Je serai moins pessimiste sur les essais cliniques : les choses évoluent plutôt favorablement, d'abord du côté de l'agence nationale de la sécurité du médicament et des produits de santé (ANSM) pour les phases précoces. Il est en effet important que les phases précoces se réalisent en France car le choix du pays est clé pour le développement. On peut se réjouir que les choses aient progressé à l'ANSM en termes de délais et d'instruction, avec la mise à disposition d'équivalents temps plein pour l'examen des essais de phase précoce.
Le premier point d'amélioration concerne les comités de protection des personnes (CPP). Une réforme porte sur leur tirage au sort. Quand on dépose une demande d'essai clinique, l'ANSM en juge la recevabilité en examinant la sécurité du produit et le CPP examine la méthodologie et les questions éthiques. Le tirage au sort des CPP conduisait à ce qu'une demande d'essai en neurologie peut être adressée à un CPP plutôt spécialisé sur la dermatologie.
Un autre point de faiblesse est le résultat de certains scandales sanitaires : la question des conflits d'intérêts dans l'expertise. La grande crainte est que ceux qui ont travaillé avec l'industrie soient en situation de conflits d'intérêts et ne puissent participer à l'expertise. Souvent l'industrie fait appel aux gens les plus compétents, si bien qu'on peut se retrouver avec des personnes qui ne sont pas forcément les plus compétentes sur les domaines ciblés par les essais.
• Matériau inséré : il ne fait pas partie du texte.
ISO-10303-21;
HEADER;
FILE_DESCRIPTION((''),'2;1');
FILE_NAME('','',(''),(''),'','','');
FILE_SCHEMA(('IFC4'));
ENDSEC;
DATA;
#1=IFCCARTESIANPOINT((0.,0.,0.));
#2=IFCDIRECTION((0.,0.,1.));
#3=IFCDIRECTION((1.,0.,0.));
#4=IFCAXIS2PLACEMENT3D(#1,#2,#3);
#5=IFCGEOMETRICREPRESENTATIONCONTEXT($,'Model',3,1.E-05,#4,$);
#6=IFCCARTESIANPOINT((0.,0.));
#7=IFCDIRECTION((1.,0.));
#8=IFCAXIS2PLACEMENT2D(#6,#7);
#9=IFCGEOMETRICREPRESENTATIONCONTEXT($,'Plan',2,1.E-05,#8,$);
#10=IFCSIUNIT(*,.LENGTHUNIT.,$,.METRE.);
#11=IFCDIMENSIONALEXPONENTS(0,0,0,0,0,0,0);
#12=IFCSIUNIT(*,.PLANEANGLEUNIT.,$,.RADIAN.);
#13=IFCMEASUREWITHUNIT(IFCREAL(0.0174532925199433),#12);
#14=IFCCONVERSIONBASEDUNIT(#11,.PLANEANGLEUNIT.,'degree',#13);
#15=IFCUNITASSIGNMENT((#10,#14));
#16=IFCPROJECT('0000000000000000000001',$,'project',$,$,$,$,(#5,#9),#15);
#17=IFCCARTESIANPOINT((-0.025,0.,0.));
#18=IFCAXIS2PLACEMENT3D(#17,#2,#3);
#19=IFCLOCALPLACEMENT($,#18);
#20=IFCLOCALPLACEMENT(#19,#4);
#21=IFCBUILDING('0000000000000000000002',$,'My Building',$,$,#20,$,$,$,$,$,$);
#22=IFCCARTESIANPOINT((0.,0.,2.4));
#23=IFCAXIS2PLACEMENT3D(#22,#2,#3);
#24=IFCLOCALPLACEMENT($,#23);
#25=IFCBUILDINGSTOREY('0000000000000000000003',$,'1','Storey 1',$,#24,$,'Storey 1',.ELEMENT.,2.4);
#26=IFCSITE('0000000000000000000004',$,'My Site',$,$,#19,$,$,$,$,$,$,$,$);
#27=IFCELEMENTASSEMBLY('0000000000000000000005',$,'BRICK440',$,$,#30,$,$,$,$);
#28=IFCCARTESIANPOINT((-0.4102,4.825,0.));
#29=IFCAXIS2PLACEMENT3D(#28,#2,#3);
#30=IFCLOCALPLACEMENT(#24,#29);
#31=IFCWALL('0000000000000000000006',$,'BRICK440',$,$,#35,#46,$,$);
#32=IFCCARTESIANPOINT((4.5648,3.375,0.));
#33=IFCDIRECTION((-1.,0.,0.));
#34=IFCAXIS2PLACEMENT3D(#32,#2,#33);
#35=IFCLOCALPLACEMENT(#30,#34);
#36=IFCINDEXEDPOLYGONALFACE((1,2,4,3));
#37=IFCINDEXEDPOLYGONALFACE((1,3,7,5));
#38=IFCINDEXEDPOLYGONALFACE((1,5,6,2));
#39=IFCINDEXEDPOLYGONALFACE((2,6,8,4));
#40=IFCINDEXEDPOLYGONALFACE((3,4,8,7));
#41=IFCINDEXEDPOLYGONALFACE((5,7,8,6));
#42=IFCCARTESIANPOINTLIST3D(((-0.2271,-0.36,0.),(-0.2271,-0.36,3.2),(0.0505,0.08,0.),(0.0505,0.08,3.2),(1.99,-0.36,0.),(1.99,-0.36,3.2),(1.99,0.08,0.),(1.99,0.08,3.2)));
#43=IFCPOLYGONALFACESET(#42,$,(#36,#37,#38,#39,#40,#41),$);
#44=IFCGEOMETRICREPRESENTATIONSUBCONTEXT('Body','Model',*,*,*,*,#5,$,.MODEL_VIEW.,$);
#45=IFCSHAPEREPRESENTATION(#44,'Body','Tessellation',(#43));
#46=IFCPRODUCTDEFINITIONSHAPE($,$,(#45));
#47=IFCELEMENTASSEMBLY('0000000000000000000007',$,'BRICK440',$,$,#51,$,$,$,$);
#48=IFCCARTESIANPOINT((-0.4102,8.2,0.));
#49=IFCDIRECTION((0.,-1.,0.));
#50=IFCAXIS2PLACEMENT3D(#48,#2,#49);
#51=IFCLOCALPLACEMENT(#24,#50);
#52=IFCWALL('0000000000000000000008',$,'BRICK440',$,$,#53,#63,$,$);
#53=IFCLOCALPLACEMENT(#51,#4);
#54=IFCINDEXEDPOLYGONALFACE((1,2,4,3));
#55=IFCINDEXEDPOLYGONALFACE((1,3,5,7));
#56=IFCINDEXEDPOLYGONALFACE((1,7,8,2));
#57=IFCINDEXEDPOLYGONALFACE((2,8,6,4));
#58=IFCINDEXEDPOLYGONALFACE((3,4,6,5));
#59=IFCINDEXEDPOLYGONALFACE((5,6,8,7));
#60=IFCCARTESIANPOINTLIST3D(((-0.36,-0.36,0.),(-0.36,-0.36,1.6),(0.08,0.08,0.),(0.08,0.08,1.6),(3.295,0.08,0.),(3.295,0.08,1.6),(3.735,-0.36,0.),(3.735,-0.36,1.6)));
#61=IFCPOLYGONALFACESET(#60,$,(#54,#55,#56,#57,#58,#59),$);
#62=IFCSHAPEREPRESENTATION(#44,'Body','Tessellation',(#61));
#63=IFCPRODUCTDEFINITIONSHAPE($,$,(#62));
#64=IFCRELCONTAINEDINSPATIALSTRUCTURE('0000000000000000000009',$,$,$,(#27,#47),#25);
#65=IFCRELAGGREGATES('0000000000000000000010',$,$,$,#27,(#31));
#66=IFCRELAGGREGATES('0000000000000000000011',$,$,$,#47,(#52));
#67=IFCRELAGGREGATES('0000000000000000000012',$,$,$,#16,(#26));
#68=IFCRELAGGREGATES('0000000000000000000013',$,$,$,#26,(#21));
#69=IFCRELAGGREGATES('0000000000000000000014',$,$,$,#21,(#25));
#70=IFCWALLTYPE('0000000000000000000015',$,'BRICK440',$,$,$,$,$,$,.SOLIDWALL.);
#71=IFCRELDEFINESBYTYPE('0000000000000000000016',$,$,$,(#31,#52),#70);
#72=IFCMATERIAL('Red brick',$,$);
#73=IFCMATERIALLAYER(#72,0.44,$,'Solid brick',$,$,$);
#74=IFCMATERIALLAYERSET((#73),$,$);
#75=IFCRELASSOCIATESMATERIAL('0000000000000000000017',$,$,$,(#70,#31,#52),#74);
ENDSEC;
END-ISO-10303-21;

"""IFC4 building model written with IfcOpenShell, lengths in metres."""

from ifc_helpers import new_model, entity, si_unit, converted_unit, frame, origin, origin_with_axes, origin_2d_with_axis, place, context, subcontext, project, spatial, polyline, outline, extrude, material, layer, layer_set, layer_usage, type_object, element, aggregate, save


model = new_model("IFC4")

# Units and contexts
model_context = context("Model", 3, precision=1e-05, world=origin_with_axes())
plan_context = context("Plan", 2, precision=1e-05, world=origin_2d_with_axis())
body_context = subcontext(model_context, "Body", "Model", "MODEL_VIEW")
ifc_project = project(units=[si_unit("LENGTHUNIT", "METRE"), converted_unit("PLANEANGLEUNIT", "degree", entity("IfcReal", 0.0174532925199433), si_unit("PLANEANGLEUNIT", "RADIAN"), dimensions=[0, 0, 0, 0, 0, 0, 0])], contexts=[model_context, plan_context])

# Site, building, storey
site_placement = place(None, frame((-0.025, 0.0, 0.0), z_axis=(0.0, 0.0, 1.0), x_axis=(1.0, 0.0, 0.0)))
site = spatial("IfcSite", under=ifc_project, at=site_placement, Name="My Site")
building_placement = place(site_placement, origin_with_axes())
building = spatial("IfcBuilding", under=site, at=building_placement, Name="My Building")
storey_placement = place(None, frame((0.0, 0.0, 2.4), z_axis=(0.0, 0.0, 1.0), x_axis=(1.0, 0.0, 0.0)))
storey = spatial("IfcBuildingStorey", under=building, at=storey_placement, Name="1", Description="Storey 1", LongName="Storey 1", CompositionType="ELEMENT", Elevation=2.4)

# Element assemblies, walls
assembly_1_placement = place(storey_placement, frame((-0.4102, 4.825, 0.0), z_axis=(0.0, 0.0, 1.0), x_axis=(1.0, 0.0, 0.0)))
assembly_1 = element("IfcElementAssembly", 1, at=assembly_1_placement, inside=storey, Name="BRICK440")
ifc_material_1 = material(Name="Red brick")
ifc_layer_1 = layer(ifc_material_1, 0.44, Name="Solid brick")
ifc_layer_set_1 = layer_set([ifc_layer_1])
ifc_layer_usage_1 = layer_usage(ifc_layer_set_1, "AXIS2", "POSITIVE", -0.36)
wall_type_1 = type_object("IfcWallType", Name="BRICK440", PredefinedType="SOLIDWALL", material=ifc_layer_set_1)
wall_1_placement = place(assembly_1_placement, frame((4.5648, 3.375, 0.0), z_axis=(0.0, 0.0, 1.0), x_axis=(-1.0, 0.0, 0.0)))
wall_1 = element("IfcWall", 2, at=wall_1_placement, type_object=wall_type_1, material=ifc_layer_usage_1, Name="BRICK440", context=body_context, shape_type="SweptSolid", body=[
    extrude(outline(polyline([(0.0505, 0.08), (-0.2271, -0.36), (1.99, -0.36), (1.99, 0.08), (0.0505, 0.08)])), origin(), (0.0, 0.0, 1.0), 3.2),
])
aggregate(assembly_1, [wall_1])
assembly_2_placement = place(storey_placement, frame((-0.4102, 8.2, 0.0), z_axis=(0.0, 0.0, 1.0), x_axis=(0.0, -1.0, 0.0)))
assembly_2 = element("IfcElementAssembly", 3, at=assembly_2_placement, inside=storey, Name="BRICK440")
ifc_layer_usage_2 = layer_usage(ifc_layer_set_1, "AXIS2", "POSITIVE", -0.36)
wall_2_placement = place(assembly_2_placement, origin_with_axes())
wall_2 = element("IfcWall", 4, at=wall_2_placement, type_object=wall_type_1, material=ifc_layer_usage_2, Name="BRICK440", context=body_context, shape_type="SweptSolid", body=[
    extrude(outline(polyline([(0.08, 0.08), (-0.36, -0.36), (3.735, -0.36), (3.295, 0.08), (0.08, 0.08)])), origin(), (0.0, 0.0, 1.0), 1.6),
])
aggregate(assembly_2, [wall_2])

save(model, "model.ifc")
En outre, une autre difficulté réside dans le fait que c'est au CPP de s'estimer compétent ou non. Il est toujours difficile pour un être humain de se juger non compétent dans tel ou tel domaine. On espère que les choses évolueront pour que le tirage au sort tienne compte des compétences des personnes qui sont dans ces CPP. N'oublions pas que les CPP reposent sur des bénévoles qui bien souvent sont des hospitaliers avec une charge de travail importante.
Ces éléments peuvent constituer un frein, d'abord en termes de délais dans un environnement international compétitif. Interrogés sur la réalisation d'essais de phase 2 internationaux, nos adhérents estiment que l'inclusion du premier patient français est sans doute la plus tardive par rapport à d'autres pays.
Quand on contractualise avec les centres hospitaliers, on doit établir un contrat unique valable pour tout le monde. Reste un point de faiblesse : dans l'annexe financière qui résulte d'une phase de négociation, parfois avec une dizaine de centres en France, peut prendre des délais importants. Les industriels ne sont pas fermés à la possibilité de revaloriser ce contrat unique si, en contrepartie, cela permet de réduire les délais.
Sur le financement, la mobilisation de l'épargne française est un peu l'arlésienne. Le développement d'un médicament peut nécessiter entre dix à douze ans à partir de l'identification de sa cible, et entre un et 1,5 milliard d'euros, chiffre qui tient compte de l'attrition due au taux de succès. C'est un domaine particulier pour les investisseurs. Nos sociétés sont bâties sur des jalons de création de valeur, comme la démonstration d'apport pour le patient ou encore de sécurité, et non sur des métriques financières classiques, de revenus, de chiffre d'affaires... Il faut donc acculturer les investisseurs à cette industrie.
Vous avez sans doute entendu parler du dispositif développé par Philippe Tibi, professeur d'économie de l'école poytechnique qui a écrit un essai sur le financement de la 4e révolution industrielle de la France, en passant par les technologies. En France, on a bien identifié l'enjeu des phases précoces d'amorçage qui sont désormais plutôt bien dotées. Le défi est désormais centré sur les phases de « scale up » : il manque les financements pour soutenir les étapes plus tardives de passage à la phase industrielle, notamment les phases 2b et 3 et de pré-enregistrement. Pour ces phases, des montants de plusieurs centaines de millions d'euros sont à sécuriser.
Philippe Tibi a mis en place, face à 22 assurantiels et parapublics, 33 fonds opérant dans le domaine des biotechnologies, dont neuf interviennent dans le domaine de la santé. Ces investisseurs assurantiels se sont engagés à mettre plus de six milliards dans le domaine de la technologie. Certains ont mobilisé entre 400 et 450 millions d'euros, comme le fonds Jeito, dirigée par Rafaèle Tordjman, avec une capacité d'investissement d'une cinquantaine de millions d'euros par entreprise. Avec une telle dynamique, vous attirerez d'autres investisseurs internationaux. D'une façon générale, par rapport à d'autres domaines technologiques, les investisseurs généralistes assurantiels ont plus de mal à s'engager dans la santé car il y a besoin de cette acculturation et de mieux comprendre ce que sont les caractéristiques de notre secteur.